Task statement: Check each line of the material below for "IFCRELCONTAINEDINSPATIALSTRUCTURE", then copy the ones that contain it.

Records to process:
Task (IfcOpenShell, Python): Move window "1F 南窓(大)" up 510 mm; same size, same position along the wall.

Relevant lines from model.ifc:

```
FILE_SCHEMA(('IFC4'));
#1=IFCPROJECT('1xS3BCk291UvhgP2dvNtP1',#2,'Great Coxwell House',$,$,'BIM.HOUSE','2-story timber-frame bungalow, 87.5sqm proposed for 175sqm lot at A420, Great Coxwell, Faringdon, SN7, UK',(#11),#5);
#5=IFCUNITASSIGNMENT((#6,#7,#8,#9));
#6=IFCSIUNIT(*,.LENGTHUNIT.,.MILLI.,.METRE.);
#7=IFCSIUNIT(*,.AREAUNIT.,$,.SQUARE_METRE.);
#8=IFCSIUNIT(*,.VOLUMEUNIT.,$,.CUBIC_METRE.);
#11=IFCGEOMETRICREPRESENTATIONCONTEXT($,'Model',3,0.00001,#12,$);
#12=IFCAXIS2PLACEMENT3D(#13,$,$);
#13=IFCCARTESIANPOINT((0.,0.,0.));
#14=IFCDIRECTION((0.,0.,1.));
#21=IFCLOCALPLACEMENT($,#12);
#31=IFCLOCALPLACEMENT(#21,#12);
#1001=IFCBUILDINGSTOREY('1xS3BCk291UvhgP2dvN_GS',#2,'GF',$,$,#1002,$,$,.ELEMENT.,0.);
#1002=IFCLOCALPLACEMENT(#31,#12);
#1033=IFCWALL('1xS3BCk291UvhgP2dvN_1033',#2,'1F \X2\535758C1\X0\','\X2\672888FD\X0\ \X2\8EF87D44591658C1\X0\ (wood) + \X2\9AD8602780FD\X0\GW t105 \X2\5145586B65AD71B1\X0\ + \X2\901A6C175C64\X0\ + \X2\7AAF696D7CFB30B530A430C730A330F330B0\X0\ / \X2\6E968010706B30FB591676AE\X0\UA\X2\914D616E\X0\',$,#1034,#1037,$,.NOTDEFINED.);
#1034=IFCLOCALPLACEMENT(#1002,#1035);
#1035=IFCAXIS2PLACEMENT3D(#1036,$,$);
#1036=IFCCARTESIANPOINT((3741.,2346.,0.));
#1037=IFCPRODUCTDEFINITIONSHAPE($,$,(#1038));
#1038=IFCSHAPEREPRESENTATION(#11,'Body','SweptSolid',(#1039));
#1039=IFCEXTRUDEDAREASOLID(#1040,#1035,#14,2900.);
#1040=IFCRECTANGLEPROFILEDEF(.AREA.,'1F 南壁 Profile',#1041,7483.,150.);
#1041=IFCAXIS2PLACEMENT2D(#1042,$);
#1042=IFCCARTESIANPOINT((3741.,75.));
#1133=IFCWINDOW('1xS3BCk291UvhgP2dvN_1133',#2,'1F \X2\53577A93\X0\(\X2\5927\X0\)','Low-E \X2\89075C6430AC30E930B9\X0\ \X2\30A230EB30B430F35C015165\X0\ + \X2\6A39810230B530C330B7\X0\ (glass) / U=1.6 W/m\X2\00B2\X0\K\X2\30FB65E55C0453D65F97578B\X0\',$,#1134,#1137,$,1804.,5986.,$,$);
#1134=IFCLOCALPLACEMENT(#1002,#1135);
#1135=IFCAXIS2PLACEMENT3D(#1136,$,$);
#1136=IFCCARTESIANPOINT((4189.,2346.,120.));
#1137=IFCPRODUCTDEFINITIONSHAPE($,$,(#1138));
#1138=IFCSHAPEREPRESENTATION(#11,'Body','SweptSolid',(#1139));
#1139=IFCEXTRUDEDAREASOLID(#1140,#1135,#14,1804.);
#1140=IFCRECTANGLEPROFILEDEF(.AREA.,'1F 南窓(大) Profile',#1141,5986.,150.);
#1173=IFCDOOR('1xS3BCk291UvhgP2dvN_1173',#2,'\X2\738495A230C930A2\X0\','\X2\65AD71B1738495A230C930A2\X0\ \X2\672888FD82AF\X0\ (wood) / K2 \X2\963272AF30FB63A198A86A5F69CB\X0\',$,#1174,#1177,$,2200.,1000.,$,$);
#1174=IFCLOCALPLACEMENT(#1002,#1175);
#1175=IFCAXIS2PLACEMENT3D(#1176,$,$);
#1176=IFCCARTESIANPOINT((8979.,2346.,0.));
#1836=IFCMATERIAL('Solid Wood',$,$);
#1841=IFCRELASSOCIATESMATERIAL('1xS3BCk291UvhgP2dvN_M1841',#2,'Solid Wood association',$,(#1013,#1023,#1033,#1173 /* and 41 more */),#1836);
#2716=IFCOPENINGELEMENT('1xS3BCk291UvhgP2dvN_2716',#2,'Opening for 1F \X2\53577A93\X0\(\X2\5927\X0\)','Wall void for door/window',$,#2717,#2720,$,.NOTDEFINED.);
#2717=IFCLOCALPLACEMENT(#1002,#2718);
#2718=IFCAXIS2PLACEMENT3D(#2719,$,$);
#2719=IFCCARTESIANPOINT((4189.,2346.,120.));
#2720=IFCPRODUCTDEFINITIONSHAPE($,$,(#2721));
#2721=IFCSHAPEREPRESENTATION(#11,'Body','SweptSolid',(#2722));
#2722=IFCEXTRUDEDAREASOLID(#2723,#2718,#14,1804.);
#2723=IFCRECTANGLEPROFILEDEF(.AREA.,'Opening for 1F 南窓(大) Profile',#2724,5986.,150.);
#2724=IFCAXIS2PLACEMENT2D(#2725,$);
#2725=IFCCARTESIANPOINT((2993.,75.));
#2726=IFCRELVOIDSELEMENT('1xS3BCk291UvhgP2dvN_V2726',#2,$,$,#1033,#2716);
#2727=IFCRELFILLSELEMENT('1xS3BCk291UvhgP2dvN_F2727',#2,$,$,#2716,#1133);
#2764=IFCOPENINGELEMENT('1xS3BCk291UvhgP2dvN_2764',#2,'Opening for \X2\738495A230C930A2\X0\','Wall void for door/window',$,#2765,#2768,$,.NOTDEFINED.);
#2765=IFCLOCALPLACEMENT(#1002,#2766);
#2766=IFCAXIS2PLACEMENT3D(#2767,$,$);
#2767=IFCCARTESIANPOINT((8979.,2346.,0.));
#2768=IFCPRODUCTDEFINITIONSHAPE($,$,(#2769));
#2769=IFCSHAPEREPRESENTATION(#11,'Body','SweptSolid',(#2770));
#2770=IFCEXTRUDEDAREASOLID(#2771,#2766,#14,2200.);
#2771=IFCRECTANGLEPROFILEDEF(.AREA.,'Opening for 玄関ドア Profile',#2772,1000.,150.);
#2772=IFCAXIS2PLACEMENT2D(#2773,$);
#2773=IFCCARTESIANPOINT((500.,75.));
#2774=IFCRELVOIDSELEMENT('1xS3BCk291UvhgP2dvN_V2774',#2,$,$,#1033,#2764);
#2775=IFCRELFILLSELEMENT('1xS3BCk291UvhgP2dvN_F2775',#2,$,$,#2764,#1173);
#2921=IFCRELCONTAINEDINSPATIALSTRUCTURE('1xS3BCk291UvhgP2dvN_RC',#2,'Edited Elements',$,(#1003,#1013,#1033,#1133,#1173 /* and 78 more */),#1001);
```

```python
import numpy as np
import ifcopenshell
import ifcopenshell.api.geometry
import ifcopenshell.util.placement
import ifcopenshell.util.unit

model = ifcopenshell.open("model.ifc")
unit_scale = ifcopenshell.util.unit.calculate_unit_scale(model)

window = model.by_id(1133)
opening = window.FillsVoids[0].RelatingOpeningElement
dz = 0.51 / unit_scale

shift = np.array([0.0, 0.0, dz])
# The window is not placed relative to its opening, so move both.
for product in (opening, window):
    matrix = ifcopenshell.util.placement.get_local_placement(product.ObjectPlacement)
    matrix[:3, 3] += shift
    ifcopenshell.api.geometry.edit_object_placement(model, product=product, matrix=matrix, is_si=False)

print(f"moved by {dz * unit_scale:+.3f} m")

model.write("model_v2.ifc")
```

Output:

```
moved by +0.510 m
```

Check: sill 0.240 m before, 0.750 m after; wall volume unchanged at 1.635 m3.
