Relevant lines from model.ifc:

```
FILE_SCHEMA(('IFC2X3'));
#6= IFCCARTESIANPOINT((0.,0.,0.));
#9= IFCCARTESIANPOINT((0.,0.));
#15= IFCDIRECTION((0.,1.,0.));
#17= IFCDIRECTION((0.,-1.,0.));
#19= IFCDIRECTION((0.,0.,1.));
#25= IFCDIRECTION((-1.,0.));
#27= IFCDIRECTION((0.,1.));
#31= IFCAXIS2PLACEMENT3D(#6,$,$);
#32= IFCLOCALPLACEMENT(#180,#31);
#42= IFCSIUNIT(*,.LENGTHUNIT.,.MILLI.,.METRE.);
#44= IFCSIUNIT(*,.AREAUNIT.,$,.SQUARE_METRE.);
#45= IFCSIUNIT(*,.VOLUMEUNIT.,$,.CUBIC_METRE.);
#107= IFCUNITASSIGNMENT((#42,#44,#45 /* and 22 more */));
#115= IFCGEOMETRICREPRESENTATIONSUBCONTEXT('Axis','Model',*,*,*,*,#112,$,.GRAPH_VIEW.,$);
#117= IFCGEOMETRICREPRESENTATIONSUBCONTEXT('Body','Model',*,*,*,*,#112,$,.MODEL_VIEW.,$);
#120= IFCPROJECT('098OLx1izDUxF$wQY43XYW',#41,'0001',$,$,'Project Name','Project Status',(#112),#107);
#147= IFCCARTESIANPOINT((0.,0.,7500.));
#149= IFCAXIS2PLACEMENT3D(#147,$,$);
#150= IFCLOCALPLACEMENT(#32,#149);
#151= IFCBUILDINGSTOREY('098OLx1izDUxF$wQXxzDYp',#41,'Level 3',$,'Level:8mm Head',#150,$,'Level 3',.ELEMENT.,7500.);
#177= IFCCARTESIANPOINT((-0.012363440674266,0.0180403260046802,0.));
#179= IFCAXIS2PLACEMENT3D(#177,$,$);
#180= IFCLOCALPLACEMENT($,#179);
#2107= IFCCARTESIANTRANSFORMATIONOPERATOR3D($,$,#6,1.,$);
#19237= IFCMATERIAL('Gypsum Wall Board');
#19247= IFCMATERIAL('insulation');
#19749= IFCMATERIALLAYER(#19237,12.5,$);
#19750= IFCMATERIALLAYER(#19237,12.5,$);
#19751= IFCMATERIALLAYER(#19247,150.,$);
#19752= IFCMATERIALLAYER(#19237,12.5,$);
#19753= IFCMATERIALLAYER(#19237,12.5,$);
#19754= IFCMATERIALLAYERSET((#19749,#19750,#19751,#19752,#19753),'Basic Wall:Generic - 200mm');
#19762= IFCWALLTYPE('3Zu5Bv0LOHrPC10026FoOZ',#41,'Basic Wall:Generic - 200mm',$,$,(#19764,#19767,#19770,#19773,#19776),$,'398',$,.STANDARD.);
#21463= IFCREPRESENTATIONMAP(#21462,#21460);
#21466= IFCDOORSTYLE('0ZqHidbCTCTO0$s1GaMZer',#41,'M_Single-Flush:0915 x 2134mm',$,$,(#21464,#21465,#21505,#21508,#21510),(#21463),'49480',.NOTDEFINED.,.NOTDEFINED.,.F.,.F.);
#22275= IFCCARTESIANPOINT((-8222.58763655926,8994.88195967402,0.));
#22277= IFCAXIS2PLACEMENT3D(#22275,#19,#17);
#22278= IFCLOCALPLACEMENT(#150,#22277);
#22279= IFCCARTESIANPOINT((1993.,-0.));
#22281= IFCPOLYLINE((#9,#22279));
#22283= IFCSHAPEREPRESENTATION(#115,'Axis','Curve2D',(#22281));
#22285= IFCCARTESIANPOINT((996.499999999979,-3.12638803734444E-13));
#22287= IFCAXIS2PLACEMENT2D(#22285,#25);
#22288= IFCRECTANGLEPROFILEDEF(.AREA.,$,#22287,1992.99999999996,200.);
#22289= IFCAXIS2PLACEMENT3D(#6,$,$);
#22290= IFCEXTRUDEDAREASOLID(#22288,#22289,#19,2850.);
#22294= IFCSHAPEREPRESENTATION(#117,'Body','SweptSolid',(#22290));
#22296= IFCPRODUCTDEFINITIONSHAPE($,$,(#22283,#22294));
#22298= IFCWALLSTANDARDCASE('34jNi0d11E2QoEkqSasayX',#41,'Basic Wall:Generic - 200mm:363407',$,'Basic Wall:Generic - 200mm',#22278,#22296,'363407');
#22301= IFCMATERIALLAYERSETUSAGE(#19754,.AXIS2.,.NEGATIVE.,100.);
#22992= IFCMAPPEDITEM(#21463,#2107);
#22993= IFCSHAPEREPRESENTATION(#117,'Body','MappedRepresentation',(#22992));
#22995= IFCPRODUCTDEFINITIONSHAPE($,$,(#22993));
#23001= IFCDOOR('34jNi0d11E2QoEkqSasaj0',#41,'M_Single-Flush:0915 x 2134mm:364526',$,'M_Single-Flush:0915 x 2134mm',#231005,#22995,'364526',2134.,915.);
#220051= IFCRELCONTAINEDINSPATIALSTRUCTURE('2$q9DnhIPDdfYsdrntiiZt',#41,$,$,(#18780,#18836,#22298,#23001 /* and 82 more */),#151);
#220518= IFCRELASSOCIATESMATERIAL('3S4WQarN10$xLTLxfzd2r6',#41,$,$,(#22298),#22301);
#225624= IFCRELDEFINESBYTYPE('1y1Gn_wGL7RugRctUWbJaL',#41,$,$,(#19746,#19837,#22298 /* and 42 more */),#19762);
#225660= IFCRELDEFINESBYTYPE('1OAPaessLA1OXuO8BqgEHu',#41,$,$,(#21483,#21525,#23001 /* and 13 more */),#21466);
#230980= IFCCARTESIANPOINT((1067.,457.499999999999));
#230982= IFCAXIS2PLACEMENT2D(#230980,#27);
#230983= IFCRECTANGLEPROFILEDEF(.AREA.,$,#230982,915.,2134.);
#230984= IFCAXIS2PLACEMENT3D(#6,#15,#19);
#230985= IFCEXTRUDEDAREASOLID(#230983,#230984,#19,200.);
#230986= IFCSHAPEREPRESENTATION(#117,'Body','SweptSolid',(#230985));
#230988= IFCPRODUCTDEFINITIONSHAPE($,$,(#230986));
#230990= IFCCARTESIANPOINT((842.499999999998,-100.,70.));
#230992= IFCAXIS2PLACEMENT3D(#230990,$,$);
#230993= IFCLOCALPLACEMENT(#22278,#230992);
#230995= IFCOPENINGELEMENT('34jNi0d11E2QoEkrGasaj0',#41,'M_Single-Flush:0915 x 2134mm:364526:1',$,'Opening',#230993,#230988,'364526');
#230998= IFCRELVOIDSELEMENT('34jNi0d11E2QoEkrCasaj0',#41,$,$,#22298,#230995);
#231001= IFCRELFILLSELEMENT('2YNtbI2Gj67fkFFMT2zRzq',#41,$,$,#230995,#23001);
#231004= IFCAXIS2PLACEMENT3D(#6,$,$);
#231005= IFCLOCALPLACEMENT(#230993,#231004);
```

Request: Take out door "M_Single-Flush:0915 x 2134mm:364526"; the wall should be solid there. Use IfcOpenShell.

```python
import ifcopenshell
import ifcopenshell.api.feature
import ifcopenshell.api.root
import ifcopenshell.geom
import ifcopenshell.util.shape

model = ifcopenshell.open("model.ifc")
settings = ifcopenshell.geom.settings()


def volume(element):
    """Net volume in cubic metres, openings subtracted."""
    shape = ifcopenshell.geom.create_shape(settings, element)
    return ifcopenshell.util.shape.get_volume(shape.geometry)


door = model.by_id(23001)
opening = door.FillsVoids[0].RelatingOpeningElement
wall = opening.VoidsElements[0].RelatingBuildingElement
before = volume(wall)

ifcopenshell.api.root.remove_product(model, product=door)
ifcopenshell.api.feature.remove_feature(model, feature=opening)

after = volume(wall)

print(f"wall volume {before:.3f} -> {after:.3f} m3")

model.write("model_v2.ifc")
```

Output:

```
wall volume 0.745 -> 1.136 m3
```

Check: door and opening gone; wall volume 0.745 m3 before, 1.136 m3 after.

Answer to this task:
#2921=IFCRELCONTAINEDINSPATIALSTRUCTURE('1xS3BCk291UvhgP2dvN_RC',#2,'Edited Elements',$,(#1003,#1013,#1033,#1133,#1173 /* and 78 more */),#1001);
#220051= IFCRELCONTAINEDINSPATIALSTRUCTURE('2$q9DnhIPDdfYsdrntiiZt',#41,$,$,(#18780,#18836,#22298,#23001 /* and 82 more */),#151);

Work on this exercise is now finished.